ASSIGNMENT: For this exercise, write out each entry below exactly as it reads.
----
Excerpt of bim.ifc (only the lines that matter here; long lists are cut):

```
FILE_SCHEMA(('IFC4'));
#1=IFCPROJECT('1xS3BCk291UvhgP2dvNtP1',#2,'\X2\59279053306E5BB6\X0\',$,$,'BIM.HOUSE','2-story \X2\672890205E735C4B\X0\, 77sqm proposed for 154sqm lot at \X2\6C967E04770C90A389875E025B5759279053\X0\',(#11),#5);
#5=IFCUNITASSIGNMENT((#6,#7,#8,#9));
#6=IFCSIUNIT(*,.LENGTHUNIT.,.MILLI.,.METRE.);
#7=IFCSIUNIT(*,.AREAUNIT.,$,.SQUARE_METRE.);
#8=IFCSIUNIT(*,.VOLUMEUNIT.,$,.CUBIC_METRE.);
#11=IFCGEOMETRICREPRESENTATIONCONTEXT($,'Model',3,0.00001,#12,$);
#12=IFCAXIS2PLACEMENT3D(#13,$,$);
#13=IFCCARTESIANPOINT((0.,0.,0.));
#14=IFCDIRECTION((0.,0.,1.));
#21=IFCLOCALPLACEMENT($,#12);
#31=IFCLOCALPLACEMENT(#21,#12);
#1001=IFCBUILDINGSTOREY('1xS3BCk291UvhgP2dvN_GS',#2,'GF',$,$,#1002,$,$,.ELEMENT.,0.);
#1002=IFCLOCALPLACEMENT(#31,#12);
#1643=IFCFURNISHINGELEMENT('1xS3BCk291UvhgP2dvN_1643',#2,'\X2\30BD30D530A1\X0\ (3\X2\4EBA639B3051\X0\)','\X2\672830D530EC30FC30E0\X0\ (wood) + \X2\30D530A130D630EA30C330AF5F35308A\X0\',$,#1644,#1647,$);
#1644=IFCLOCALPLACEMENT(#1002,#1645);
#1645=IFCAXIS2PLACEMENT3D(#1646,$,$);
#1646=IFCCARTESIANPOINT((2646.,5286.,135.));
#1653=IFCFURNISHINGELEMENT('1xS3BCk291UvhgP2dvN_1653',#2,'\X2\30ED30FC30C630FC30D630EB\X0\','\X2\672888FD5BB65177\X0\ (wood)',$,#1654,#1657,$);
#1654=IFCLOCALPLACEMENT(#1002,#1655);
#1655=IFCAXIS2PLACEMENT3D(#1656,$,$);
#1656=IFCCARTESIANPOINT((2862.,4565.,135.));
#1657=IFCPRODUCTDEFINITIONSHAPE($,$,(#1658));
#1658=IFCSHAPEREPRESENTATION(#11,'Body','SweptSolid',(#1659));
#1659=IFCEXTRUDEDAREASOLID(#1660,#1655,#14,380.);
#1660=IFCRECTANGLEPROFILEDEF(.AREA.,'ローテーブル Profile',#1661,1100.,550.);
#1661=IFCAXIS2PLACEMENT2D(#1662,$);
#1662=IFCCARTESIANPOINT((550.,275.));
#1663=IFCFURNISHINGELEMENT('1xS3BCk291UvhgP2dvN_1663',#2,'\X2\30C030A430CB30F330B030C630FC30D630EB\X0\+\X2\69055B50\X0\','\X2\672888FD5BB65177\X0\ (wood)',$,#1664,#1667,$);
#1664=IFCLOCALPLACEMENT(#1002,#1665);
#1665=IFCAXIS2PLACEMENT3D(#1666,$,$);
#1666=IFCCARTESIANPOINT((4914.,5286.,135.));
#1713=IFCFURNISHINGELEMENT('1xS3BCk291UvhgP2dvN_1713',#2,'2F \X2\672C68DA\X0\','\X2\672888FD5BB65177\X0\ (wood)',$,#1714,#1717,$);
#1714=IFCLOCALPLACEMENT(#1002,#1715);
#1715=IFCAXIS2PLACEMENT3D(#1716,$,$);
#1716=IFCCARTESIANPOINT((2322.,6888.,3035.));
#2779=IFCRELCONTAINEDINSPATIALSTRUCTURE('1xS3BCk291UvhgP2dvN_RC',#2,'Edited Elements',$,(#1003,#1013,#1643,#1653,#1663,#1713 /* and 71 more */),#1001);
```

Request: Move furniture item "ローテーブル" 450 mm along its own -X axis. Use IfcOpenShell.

```python
import ifcopenshell
import ifcopenshell.api.geometry
import ifcopenshell.util.placement

model = ifcopenshell.open("bim.ifc")

item = model.by_id(1653)
matrix = ifcopenshell.util.placement.get_local_placement(item.ObjectPlacement)
matrix[:3, 3] -= matrix[:3, 0] * 450.0
ifcopenshell.api.geometry.edit_object_placement(model, product=item, matrix=matrix, is_si=False)

print(ifcopenshell.util.placement.get_local_placement(item.ObjectPlacement).round(3) + 0.0)

model.write("bim-out.ifc")
```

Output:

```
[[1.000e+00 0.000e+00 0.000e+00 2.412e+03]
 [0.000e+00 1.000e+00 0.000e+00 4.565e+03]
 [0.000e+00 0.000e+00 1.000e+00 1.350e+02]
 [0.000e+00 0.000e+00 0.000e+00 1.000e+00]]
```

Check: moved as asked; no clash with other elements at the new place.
----
ANSWER FOR THE TASK:
Excerpt of bim.ifc (only the lines that matter here; long lists are cut):

```
FILE_SCHEMA(('IFC4'));
#1=IFCPROJECT('1xS3BCk291UvhgP2dvNtP1',#2,'\X2\59279053306E5BB6\X0\',$,$,'BIM.HOUSE','2-story \X2\672890205E735C4B\X0\, 77sqm proposed for 154sqm lot at \X2\6C967E04770C90A389875E025B5759279053\X0\',(#11),#5);
#5=IFCUNITASSIGNMENT((#6,#7,#8,#9));
#6=IFCSIUNIT(*,.LENGTHUNIT.,.MILLI.,.METRE.);
#7=IFCSIUNIT(*,.AREAUNIT.,$,.SQUARE_METRE.);
#8=IFCSIUNIT(*,.VOLUMEUNIT.,$,.CUBIC_METRE.);
#11=IFCGEOMETRICREPRESENTATIONCONTEXT($,'Model',3,0.00001,#12,$);
#12=IFCAXIS2PLACEMENT3D(#13,$,$);
#13=IFCCARTESIANPOINT((0.,0.,0.));
#14=IFCDIRECTION((0.,0.,1.));
#21=IFCLOCALPLACEMENT($,#12);
#31=IFCLOCALPLACEMENT(#21,#12);
#1001=IFCBUILDINGSTOREY('1xS3BCk291UvhgP2dvN_GS',#2,'GF',$,$,#1002,$,$,.ELEMENT.,0.);
#1002=IFCLOCALPLACEMENT(#31,#12);
#1643=IFCFURNISHINGELEMENT('1xS3BCk291UvhgP2dvN_1643',#2,'\X2\30BD30D530A1\X0\ (3\X2\4EBA639B3051\X0\)','\X2\672830D530EC30FC30E0\X0\ (wood) + \X2\30D530A130D630EA30C330AF5F35308A\X0\',$,#1644,#1647,$);
#1644=IFCLOCALPLACEMENT(#1002,#1645);
#1645=IFCAXIS2PLACEMENT3D(#1646,$,$);
#1646=IFCCARTESIANPOINT((2646.,5286.,135.));
#1653=IFCFURNISHINGELEMENT('1xS3BCk291UvhgP2dvN_1653',#2,'\X2\30ED30FC30C630FC30D630EB\X0\','\X2\672888FD5BB65177\X0\ (wood)',$,#1654,#1657,$);
#1654=IFCLOCALPLACEMENT(#1002,#1655);
#1655=IFCAXIS2PLACEMENT3D(#1656,$,$);
#1656=IFCCARTESIANPOINT((2862.,4565.,135.));
#1657=IFCPRODUCTDEFINITIONSHAPE($,$,(#1658));
#1658=IFCSHAPEREPRESENTATION(#11,'Body','SweptSolid',(#1659));
#1659=IFCEXTRUDEDAREASOLID(#1660,#1655,#14,380.);
#1660=IFCRECTANGLEPROFILEDEF(.AREA.,'ローテーブル Profile',#1661,1100.,550.);
#1661=IFCAXIS2PLACEMENT2D(#1662,$);
#1662=IFCCARTESIANPOINT((550.,275.));
#1663=IFCFURNISHINGELEMENT('1xS3BCk291UvhgP2dvN_1663',#2,'\X2\30C030A430CB30F330B030C630FC30D630EB\X0\+\X2\69055B50\X0\','\X2\672888FD5BB65177\X0\ (wood)',$,#1664,#1667,$);
#1664=IFCLOCALPLACEMENT(#1002,#1665);
#1665=IFCAXIS2PLACEMENT3D(#1666,$,$);
#1666=IFCCARTESIANPOINT((4914.,5286.,135.));
#1713=IFCFURNISHINGELEMENT('1xS3BCk291UvhgP2dvN_1713',#2,'2F \X2\672C68DA\X0\','\X2\672888FD5BB65177\X0\ (wood)',$,#1714,#1717,$);
#1714=IFCLOCALPLACEMENT(#1002,#1715);
#1715=IFCAXIS2PLACEMENT3D(#1716,$,$);
#1716=IFCCARTESIANPOINT((2322.,6888.,3035.));
#2779=IFCRELCONTAINEDINSPATIALSTRUCTURE('1xS3BCk291UvhgP2dvN_RC',#2,'Edited Elements',$,(#1003,#1013,#1643,#1653,#1663,#1713 /* and 71 more */),#1001);
```

Request: Move furniture item "ローテーブル" 450 mm along its own -X axis. Use IfcOpenShell.

```python
import ifcopenshell
import ifcopenshell.api.geometry
import ifcopenshell.util.placement

model = ifcopenshell.open("bim.ifc")

item = model.by_id(1653)
matrix = ifcopenshell.util.placement.get_local_placement(item.ObjectPlacement)
matrix[:3, 3] -= matrix[:3, 0] * 450.0
ifcopenshell.api.geometry.edit_object_placement(model, product=item, matrix=matrix, is_si=False)

print(ifcopenshell.util.placement.get_local_placement(item.ObjectPlacement).round(3) + 0.0)

model.write("bim-out.ifc")
```

Output:

```
[[1.000e+00 0.000e+00 0.000e+00 2.412e+03]
 [0.000e+00 1.000e+00 0.000e+00 4.565e+03]
 [0.000e+00 0.000e+00 1.000e+00 1.350e+02]
 [0.000e+00 0.000e+00 0.000e+00 1.000e+00]]
```

Check: moved as asked; no clash with other elements at the new place.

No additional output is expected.